Mayor of London Welcomes Potential Tourist Levy
The Mayor of London has expressed tentative support for a proposed tourist tax on overnight visitors to the capital, as Parliament considers new powers under the English Devolution and Community Empowerment Bill. If implemented, the scheme could generate up to £240 million annually, according to estimates.
Authority and Proposed Legislation
Chancellor Rachel Reeves is anticipated to grant Sir Sadiq Khan, along with other local leaders, the authority to impose the levy. Sir Sadiq has been a strong advocate for such measures, highlighting the significant revenue that a tourist tax could provide. London experienced 89 million overnight stays in 2024, reinforcing the potential financial benefits of this initiative.
Comparison with Other G7 Nations
Currently, England stands out as the only nation among the G7 countries that restricts local authorities from introducing tourist taxes. In contrast, both Scotland and Wales have established their own forms of levies on visitors. For instance:
- Scotland permits local councils to set levies as a percentage of accommodation costs.
- Welsh authorities will begin collecting £1.30 per night from guests starting in 2026.
Models for London’s Tax
The Greater London Authority (GLA) engaged the Centre for Cities think tank to explore effective models for a potential tourist levy. The study noted that major cities such as Paris, New York, and Tokyo implement various types of taxes on visitors. New York City, for example, raises approximately £493 million annually through a percentage-based system, while Tokyo has a flat fee model, albeit with lower revenue.

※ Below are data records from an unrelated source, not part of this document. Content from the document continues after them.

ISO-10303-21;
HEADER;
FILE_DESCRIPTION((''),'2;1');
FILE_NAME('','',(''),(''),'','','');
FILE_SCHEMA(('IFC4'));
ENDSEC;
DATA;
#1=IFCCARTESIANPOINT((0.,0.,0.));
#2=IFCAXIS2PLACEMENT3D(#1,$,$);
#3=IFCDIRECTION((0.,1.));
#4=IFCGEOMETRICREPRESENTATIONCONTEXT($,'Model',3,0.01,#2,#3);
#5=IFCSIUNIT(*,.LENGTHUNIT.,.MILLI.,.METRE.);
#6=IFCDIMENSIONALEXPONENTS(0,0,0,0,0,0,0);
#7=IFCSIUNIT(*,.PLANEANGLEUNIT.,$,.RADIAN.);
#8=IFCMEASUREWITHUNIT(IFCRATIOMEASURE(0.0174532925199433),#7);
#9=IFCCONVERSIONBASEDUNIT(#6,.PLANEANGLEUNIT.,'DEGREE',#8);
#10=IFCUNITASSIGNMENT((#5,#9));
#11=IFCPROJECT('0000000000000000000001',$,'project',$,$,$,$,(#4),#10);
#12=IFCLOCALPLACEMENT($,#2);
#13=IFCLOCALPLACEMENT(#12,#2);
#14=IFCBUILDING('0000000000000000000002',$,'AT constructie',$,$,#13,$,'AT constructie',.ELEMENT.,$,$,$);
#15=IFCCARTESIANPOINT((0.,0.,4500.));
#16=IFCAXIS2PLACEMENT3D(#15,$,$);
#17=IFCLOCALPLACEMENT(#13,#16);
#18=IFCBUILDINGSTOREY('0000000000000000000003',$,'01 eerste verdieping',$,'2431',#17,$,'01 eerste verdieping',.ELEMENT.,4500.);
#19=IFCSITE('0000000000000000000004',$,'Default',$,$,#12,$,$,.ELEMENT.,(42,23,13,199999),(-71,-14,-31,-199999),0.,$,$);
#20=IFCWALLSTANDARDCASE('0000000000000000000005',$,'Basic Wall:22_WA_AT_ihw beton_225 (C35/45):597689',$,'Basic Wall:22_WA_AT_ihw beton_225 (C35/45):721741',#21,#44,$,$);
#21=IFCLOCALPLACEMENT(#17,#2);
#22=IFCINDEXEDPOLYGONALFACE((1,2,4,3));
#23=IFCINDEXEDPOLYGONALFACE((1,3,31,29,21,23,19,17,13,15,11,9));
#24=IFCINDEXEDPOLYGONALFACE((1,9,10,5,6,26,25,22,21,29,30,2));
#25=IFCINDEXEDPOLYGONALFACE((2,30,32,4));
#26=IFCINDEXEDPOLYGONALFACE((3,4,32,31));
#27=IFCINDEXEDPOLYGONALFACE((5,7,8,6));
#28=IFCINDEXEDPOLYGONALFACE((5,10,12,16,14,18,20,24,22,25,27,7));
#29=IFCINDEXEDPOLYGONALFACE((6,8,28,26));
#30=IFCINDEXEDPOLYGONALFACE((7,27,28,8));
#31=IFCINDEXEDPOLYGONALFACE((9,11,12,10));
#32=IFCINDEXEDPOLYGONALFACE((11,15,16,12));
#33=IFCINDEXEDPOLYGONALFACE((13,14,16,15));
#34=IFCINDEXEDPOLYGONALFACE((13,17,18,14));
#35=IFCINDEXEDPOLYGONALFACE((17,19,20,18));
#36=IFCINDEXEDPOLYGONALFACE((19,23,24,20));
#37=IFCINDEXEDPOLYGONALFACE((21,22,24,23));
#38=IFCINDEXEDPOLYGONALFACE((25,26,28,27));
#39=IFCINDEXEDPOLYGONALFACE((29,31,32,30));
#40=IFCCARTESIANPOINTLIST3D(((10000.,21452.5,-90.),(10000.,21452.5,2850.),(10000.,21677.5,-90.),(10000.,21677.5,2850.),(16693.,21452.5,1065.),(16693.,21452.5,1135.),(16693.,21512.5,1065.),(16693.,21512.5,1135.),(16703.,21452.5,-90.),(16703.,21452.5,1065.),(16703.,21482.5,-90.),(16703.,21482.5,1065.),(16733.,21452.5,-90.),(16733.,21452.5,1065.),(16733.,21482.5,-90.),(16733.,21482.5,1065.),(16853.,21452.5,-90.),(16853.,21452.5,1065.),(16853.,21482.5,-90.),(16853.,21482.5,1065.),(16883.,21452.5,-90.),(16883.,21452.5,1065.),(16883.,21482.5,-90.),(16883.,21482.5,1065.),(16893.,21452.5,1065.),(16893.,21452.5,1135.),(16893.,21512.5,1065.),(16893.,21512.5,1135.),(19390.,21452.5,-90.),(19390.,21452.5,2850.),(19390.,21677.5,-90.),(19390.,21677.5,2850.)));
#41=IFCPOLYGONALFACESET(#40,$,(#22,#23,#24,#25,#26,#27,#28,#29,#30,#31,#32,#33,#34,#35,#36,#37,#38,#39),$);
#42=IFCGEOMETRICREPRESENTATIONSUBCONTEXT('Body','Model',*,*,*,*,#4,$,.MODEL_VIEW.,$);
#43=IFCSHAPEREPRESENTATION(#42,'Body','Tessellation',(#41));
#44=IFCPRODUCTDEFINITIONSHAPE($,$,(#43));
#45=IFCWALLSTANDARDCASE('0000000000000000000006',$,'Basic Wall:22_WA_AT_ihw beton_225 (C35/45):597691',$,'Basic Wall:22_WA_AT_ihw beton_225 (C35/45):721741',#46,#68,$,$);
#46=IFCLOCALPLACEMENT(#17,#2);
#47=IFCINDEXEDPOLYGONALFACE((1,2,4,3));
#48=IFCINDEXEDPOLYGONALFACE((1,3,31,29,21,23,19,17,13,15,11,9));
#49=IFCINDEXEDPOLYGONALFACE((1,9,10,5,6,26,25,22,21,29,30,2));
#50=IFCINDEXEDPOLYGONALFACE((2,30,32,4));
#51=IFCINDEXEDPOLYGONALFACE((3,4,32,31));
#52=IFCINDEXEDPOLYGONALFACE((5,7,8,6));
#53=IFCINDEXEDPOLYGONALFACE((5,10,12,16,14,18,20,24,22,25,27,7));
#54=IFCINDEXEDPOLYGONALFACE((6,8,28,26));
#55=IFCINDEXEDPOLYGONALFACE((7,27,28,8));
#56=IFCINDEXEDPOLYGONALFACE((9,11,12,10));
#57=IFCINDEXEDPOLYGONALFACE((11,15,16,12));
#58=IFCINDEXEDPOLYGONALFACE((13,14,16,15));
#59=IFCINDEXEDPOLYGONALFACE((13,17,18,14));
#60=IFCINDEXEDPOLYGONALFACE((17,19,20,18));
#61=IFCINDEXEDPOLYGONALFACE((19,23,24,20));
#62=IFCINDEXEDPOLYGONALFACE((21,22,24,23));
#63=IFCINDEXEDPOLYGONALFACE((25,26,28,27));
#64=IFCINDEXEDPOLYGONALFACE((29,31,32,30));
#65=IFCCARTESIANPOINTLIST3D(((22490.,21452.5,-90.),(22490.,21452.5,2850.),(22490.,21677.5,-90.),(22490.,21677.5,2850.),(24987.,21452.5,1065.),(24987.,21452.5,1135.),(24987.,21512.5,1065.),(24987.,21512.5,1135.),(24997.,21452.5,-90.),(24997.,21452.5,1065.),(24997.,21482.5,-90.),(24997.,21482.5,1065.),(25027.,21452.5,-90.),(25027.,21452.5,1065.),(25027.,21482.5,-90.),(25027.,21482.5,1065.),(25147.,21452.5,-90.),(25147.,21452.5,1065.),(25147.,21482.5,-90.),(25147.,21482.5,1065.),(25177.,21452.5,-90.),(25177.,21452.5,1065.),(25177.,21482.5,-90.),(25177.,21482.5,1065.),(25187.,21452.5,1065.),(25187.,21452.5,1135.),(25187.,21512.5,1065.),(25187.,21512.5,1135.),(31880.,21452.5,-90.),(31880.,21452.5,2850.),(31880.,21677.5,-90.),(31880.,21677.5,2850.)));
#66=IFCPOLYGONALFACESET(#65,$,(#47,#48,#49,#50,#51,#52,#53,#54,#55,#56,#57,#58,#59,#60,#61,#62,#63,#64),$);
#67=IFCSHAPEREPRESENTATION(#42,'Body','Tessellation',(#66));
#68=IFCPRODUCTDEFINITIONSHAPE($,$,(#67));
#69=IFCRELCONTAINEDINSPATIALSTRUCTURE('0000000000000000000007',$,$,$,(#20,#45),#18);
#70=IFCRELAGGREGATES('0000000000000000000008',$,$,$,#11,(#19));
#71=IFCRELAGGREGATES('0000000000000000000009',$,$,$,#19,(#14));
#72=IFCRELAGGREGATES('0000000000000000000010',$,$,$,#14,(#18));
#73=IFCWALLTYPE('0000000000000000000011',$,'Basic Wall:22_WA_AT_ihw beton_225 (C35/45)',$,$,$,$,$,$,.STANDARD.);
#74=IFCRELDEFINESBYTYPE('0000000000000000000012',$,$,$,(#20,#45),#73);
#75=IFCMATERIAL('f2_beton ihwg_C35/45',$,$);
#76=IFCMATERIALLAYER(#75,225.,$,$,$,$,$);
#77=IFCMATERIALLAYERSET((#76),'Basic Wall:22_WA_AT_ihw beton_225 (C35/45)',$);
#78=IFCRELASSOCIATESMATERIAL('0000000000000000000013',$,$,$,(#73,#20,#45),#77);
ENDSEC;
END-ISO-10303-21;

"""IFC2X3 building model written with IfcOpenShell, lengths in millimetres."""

from ifc_helpers import new_model, entity, si_unit, converted_unit, direction, frame, frame_2d, origin, origin_2d_with_axis, place, context, subcontext, project, spatial, rectangle, extrude, material, layer, layer_set, layer_usage, type_object, element, save


model = new_model("IFC2X3")

# Units and contexts
model_context = context("Model", 3, precision=0.01, world=origin(), true_north=direction((0.0, 1.0)))
body_context = subcontext(model_context, "Body", "Model", "MODEL_VIEW")
ifc_project = project(units=[si_unit("LENGTHUNIT", "METRE", prefix="MILLI"), converted_unit("PLANEANGLEUNIT", "DEGREE", entity("IfcRatioMeasure", 0.0174532925199433), si_unit("PLANEANGLEUNIT", "RADIAN"), dimensions=[0, 0, 0, 0, 0, 0, 0])], contexts=[model_context])

# Site, building, storey
site_placement = place(None, origin())
site = spatial("IfcSite", under=ifc_project, at=site_placement, Name="Default", CompositionType="ELEMENT", RefLatitude=(42, 23, 13, 199999), RefLongitude=(-71, -14, -31, -199999), RefElevation=0.0)
building_placement = place(site_placement, origin())
building = spatial("IfcBuilding", under=site, at=building_placement, Name="AT constructie", LongName="AT constructie", CompositionType="ELEMENT")
storey_placement = place(building_placement, frame((0.0, 0.0, 4500.0)))
storey = spatial("IfcBuildingStorey", under=building, at=storey_placement, Name="01 eerste verdieping", ObjectType="2431", LongName="01 eerste verdieping", CompositionType="ELEMENT", Elevation=4500.0)

# Shared definitions
ifc_material_1 = material(Name="f2_beton ihwg_C35/45")

# Shared definitions
ifc_layer_1 = layer(ifc_material_1, 225.0)
ifc_layer_set_1 = layer_set([ifc_layer_1], Name="Basic Wall:22_WA_AT_ihw beton_225 (C35/45)")
wall_type_1 = type_object("IfcWallType", Name="Basic Wall:22_WA_AT_ihw beton_225 (C35/45)", PredefinedType="STANDARD", material=ifc_layer_set_1)

# Walls, openings
ifc_layer_usage_1 = layer_usage(ifc_layer_set_1, "AXIS2", "NEGATIVE", 112.5)
wall_1_placement = place(storey_placement, frame((10000.0, 21565.0, -90.0)))
wall_1 = element("IfcWallStandardCase", 1, at=wall_1_placement, inside=storey, type_object=wall_type_1, material=ifc_layer_usage_1, Name="Basic Wall:22_WA_AT_ihw beton_225 (C35/45):597689", ObjectType="Basic Wall:22_WA_AT_ihw beton_225 (C35/45):721741", context=body_context, shape_type="SweptSolid", body=[
    extrude(rectangle(XDim=9390.0, YDim=225.0, at=frame_2d((4695.0, 0.0), x_axis=(-1.0, 0.0))), origin(), (0.0, 0.0, 1.0), 2940.0),
])
opening_1_placement = place(wall_1_placement, origin())
element("IfcOpeningElement", 2, at=opening_1_placement, cuts=wall_1, ObjectType="Recess", context=body_context, shape_type="SweptSolid", body=[
    extrude(rectangle(XDim=1155.0, YDim=30.0, at=frame_2d((0.0, 0.0), x_axis=(1.0, 0.0))), frame((6718.0, -112.5, 577.5), z_axis=(0.0, 1.0, 0.0), x_axis=(0.0, 0.0, -1.0)), (0.0, 0.0, 1.0), 30.0),
])
opening_2_placement = place(wall_1_placement, origin())
element("IfcOpeningElement", 3, at=opening_2_placement, cuts=wall_1, ObjectType="Recess", context=body_context, shape_type="SweptSolid", body=[
    extrude(rectangle(XDim=1155.0, YDim=30.0, at=frame_2d((0.0, 0.0), x_axis=(1.0, 0.0))), frame((6868.0, -112.5, 577.5), z_axis=(0.0, 1.0, 0.0), x_axis=(0.0, 0.0, -1.0)), (0.0, 0.0, 1.0), 30.0),
])
opening_3_placement = place(wall_1_placement, origin())
element("IfcOpeningElement", 4, at=opening_3_placement, cuts=wall_1, ObjectType="Recess", context=body_context, shape_type="SweptSolid", body=[
    extrude(rectangle(XDim=70.0, YDim=200.0, at=origin_2d_with_axis()), frame((6793.0, -112.5, 1190.0), z_axis=(0.0, 1.0, 0.0), x_axis=(0.0, 0.0, -1.0)), (0.0, 0.0, 1.0), 60.0),
])
ifc_layer_usage_2 = layer_usage(ifc_layer_set_1, "AXIS2", "NEGATIVE", 112.5)
wall_2_placement = place(storey_placement, frame((22490.0, 21565.0, -90.0)))
wall_2 = element("IfcWallStandardCase", 5, at=wall_2_placement, inside=storey, type_object=wall_type_1, material=ifc_layer_usage_2, Name="Basic Wall:22_WA_AT_ihw beton_225 (C35/45):597691", ObjectType="Basic Wall:22_WA_AT_ihw beton_225 (C35/45):721741", context=body_context, shape_type="SweptSolid", body=[
    extrude(rectangle(XDim=9390.0, YDim=225.0, at=frame_2d((4695.0, 0.0), x_axis=(-1.0, 0.0))), origin(), (0.0, 0.0, 1.0), 2940.0),
])
opening_4_placement = place(wall_2_placement, origin())
element("IfcOpeningElement", 6, at=opening_4_placement, cuts=wall_2, ObjectType="Recess", context=body_context, shape_type="SweptSolid", body=[
    extrude(rectangle(XDim=1155.0, YDim=30.0, at=frame_2d((0.0, 0.0), x_axis=(1.0, 0.0))), frame((2522.0, -112.5, 577.5), z_axis=(0.0, 1.0, 0.0), x_axis=(0.0, 0.0, -1.0)), (0.0, 0.0, 1.0), 30.0),
])
opening_5_placement = place(wall_2_placement, origin())
element("IfcOpeningElement", 7, at=opening_5_placement, cuts=wall_2, ObjectType="Recess", context=body_context, shape_type="SweptSolid", body=[
    extrude(rectangle(XDim=1155.0, YDim=30.0, at=frame_2d((0.0, 0.0), x_axis=(1.0, 0.0))), frame((2672.0, -112.5, 577.5), z_axis=(0.0, 1.0, 0.0), x_axis=(0.0, 0.0, -1.0)), (0.0, 0.0, 1.0), 30.0),
])
opening_6_placement = place(wall_2_placement, origin())
element("IfcOpeningElement", 8, at=opening_6_placement, cuts=wall_2, ObjectType="Recess", context=body_context, shape_type="SweptSolid", body=[
    extrude(rectangle(XDim=70.0, YDim=200.0, at=origin_2d_with_axis()), frame((2597.0, -112.5, 1190.0), z_axis=(0.0, 1.0, 0.0), x_axis=(0.0, 0.0, -1.0)), (0.0, 0.0, 1.0), 60.0),
])

save(model, "model.ifc")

The GLA’s previous calculations suggest that a daily charge of £1 could yield £91 million, while a 5% rate might generate £240 million. Importantly, the Centre for Cities concluded that London’s visitor numbers would likely remain stable even with the introduction of a levy akin to those seen in other major cities.
Economic Implications
The Centre for Cities posits that an effectively implemented tourist levy could boost London’s economy, enhance infrastructure, and better the overall business environment. Control over the tax rate and revenue allocation would empower the Mayor to adjust tax measures in response to visitor trends, similar to Toronto’s approach before significant events like the World Cup.
Andrew Carter, the Centre’s chief executive, emphasized the flexibility of a percentage rate model in generating revenue and addressing local economic needs.
Industry Concerns
However, the hospitality sector has raised concerns about the proposed tax. Kate Nicholls, chair of UK Hospitality, criticized the idea, arguing that it could dissuade both tourists and families from visiting London. She highlighted existing taxes and the potential negative impact on local businesses.
Local Council Support
Many London boroughs, including Westminster, have voiced their support for an overnight stay levy. Adam Hug, leader of Westminster Council, stressed that such a measure could generate much-needed funds to support local services and better balance the financial burden caused by a high daytime population of visitors.
Next Steps
Although the Chancellor is expected to outline the proposal formally in the coming months, no official implementation has been announced yet. A representative from the Ministry of Housing, Communities and Local Government indicated openness to discussing such measures with local leaders. Richmond Council is among those examining the possibility of creating a similar local scheme.
Background
The ongoing discourse around a tourist tax in London reflects broader trends in urban governance, especially as cities seek innovative revenue sources in the wake of the pandemic. This proposed measure aims to align London with its international counterparts, providing a potential boost to local budgets and services.